Deputy Attorney General Lisa Monaco Announces New Policies on Corporate Criminal Repression | Kramer Levin Naftalis & Frankel LLP

New Policies Emphasize the Benefits of Voluntary Self-Disclosure and Clarify How a Company’s Misconduct History Is Considered in Disposition Decisions

On September 15, 2022, Assistant Attorney General Lisa Monaco spoke at New York University Law School, outlining the priorities and policies of the US Department of Justice (DOJ) on corporate criminal law enforcement. .

His speech built on his October 2021 announcement of the DOJ’s top corporate crime priorities, which highlighted the need for prompt and voluntary cooperation and detailed the benefits of voluntary disclosures. The speech was the culmination of a year-long work by a DOJ advisory group reviewing companies’ enforcement efforts and receiving feedback from academics, lawyers and compliance officers.

Voluntary self-disclosure

In his speech, Deputy AG Monaco highlighted the DOJ’s policy of rewarding companies that voluntarily disclose misconduct to the government. She said that going forward, every division of the DOJ that prosecutes corporate crimes should now have a program that encourages voluntary self-disclosure, provides clear expectations about what self-disclosure actually entails, and identifies the concrete benefits of self-disclosure.

These tangible benefits include that the DOJ does not seek to plead guilty or seek indictment when a company has self-reported, cooperated, and remedied the misconduct, and the DOJ does not require a independent compliance monitor whether a company has also implemented and tested an effective compliance program.

In addition to voluntary self-disclosure, Deputy AG Monaco discussed corporate compliance programs. When evaluating a company’s compliance program, prosecutors will consider whether the company’s compensation systems reward compliance or impose financial penalties on employees whose actions have contributed to criminal conduct and whether, after taking knowledge of misconduct, a company actually recovers compensation or imposes financial penalties. She said the DOJ will issue new guidance on the additional benefits of clawbacks or other similar compliance agreements.

Deputy AG Monaco warned that any company that intentionally delays the production of relevant documents or information will receive a reduced or potentially zero cooperation credit. She warned that a company’s first reaction when it discovers hot or relevant documents should be to notify prosecutors.

Deputy AG Monaco also said DOJ prosecutors will work to complete investigations and seek any justified criminal charges against individuals before or at the same time they issue a resolution against the company.

History of misconduct

Consistent with its October 2021 announcement that the DOJ would take a more holistic view of a company’s enforcement history, the Deputy AG of Monaco discussed the DOJ issuing additional guidance on how a company’s history of misconduct will be assessed when deciding an appropriate resolution. She reiterated the DOJ’s commitment to considering a company’s full criminal, civil, and regulatory history when resolving, but said older behaviors would be given less weight. Penal resolutions made more than 10 years ago and civil or regulatory resolutions made more than five years ago will be considered dated. Prior misconduct that occurred in the United States as well as misconduct involving the same personnel or management will, in turn, be given greater weight.
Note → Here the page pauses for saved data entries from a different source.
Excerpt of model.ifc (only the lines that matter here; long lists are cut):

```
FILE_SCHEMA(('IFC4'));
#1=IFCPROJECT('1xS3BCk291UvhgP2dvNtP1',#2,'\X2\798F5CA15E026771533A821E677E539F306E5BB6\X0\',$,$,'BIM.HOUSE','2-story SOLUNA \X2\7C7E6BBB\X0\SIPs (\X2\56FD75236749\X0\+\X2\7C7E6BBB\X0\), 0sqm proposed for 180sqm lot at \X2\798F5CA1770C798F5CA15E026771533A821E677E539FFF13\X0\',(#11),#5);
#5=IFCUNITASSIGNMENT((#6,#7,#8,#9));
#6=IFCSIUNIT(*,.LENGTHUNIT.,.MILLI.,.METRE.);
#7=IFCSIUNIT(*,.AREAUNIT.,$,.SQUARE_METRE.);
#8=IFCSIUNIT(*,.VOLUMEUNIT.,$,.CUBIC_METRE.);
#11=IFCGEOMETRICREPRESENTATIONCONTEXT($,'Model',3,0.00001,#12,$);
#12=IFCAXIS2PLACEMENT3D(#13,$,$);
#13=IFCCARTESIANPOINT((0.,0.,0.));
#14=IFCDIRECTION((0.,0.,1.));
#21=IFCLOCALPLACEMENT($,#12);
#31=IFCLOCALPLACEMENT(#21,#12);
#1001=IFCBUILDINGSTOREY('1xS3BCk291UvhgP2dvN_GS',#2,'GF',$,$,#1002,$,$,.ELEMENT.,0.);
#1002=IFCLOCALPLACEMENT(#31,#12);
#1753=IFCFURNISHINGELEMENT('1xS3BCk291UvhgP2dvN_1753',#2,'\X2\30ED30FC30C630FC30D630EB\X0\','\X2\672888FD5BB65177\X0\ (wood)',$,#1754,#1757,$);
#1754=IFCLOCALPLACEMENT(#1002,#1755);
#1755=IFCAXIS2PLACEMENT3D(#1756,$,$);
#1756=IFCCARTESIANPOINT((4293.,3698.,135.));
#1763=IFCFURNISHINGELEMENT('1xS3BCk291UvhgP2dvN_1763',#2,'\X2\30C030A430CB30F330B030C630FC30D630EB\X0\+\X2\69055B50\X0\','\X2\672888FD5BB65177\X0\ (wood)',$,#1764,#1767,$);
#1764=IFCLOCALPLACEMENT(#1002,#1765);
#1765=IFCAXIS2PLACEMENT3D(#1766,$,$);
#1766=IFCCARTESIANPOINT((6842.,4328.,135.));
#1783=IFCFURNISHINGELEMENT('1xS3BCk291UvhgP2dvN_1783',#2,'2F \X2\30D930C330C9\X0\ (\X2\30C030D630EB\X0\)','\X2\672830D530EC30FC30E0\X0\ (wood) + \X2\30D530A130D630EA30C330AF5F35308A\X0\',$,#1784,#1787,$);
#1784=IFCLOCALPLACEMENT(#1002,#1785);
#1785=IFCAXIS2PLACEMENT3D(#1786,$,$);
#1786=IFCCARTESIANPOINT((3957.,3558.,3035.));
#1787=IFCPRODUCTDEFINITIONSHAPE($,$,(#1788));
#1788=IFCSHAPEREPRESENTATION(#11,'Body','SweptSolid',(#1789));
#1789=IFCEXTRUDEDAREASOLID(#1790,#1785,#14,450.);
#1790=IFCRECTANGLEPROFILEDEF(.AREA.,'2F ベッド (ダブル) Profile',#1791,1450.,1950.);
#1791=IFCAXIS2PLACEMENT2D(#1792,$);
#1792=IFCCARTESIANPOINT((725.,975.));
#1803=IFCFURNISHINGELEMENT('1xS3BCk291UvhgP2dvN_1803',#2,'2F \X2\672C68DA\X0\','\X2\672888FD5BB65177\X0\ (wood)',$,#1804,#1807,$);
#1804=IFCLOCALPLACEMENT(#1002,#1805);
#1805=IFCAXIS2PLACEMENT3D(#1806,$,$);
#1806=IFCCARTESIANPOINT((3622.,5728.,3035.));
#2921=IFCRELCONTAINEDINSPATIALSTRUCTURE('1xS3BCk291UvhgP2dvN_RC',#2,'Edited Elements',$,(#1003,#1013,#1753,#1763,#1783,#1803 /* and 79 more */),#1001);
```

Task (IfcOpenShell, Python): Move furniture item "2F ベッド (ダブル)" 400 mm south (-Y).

```python
import ifcopenshell
import ifcopenshell.api.geometry
import ifcopenshell.util.placement
import ifcopenshell.util.unit

model = ifcopenshell.open("model.ifc")
unit_scale = ifcopenshell.util.unit.calculate_unit_scale(model)

item = model.by_guid("1xS3BCk291UvhgP2dvN_1783")
matrix = ifcopenshell.util.placement.get_local_placement(item.ObjectPlacement)
matrix[1, 3] -= 0.4 / unit_scale
ifcopenshell.api.geometry.edit_object_placement(model, product=item, matrix=matrix, is_si=False)

print(ifcopenshell.util.placement.get_local_placement(item.ObjectPlacement).round(3) + 0.0)

model.write("model_rev.ifc")
```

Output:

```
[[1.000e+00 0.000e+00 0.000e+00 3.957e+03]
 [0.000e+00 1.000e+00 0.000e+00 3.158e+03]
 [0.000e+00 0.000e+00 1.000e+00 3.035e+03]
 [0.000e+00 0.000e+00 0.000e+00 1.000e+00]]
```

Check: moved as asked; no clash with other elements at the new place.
Deputy AG Monaco also explained how the DOJ will review the nature and circumstances of prior misconduct, including whether it shared the same root causes as the misconduct under investigation.

She said the DOJ would discriminate against multiple successive non-prosecution agreements (NPAs) or deferred prosecution agreements (DPAs) with the same company, making it more likely that repeat offenders will be criminally charged.

In light of these new guidelines, companies with a history of misconduct should be willing to address their story and be prepared to distinguish it from the conduct under investigation.

However, Deputy AG Monaco said the DOJ will not penalize or treat companies as repeat offenders when acquiring companies with a history of compliance issues as long as those issues are resolved quickly. Thus, companies need to perform prompt due diligence on acquisitions and quickly address any potential compliance issues.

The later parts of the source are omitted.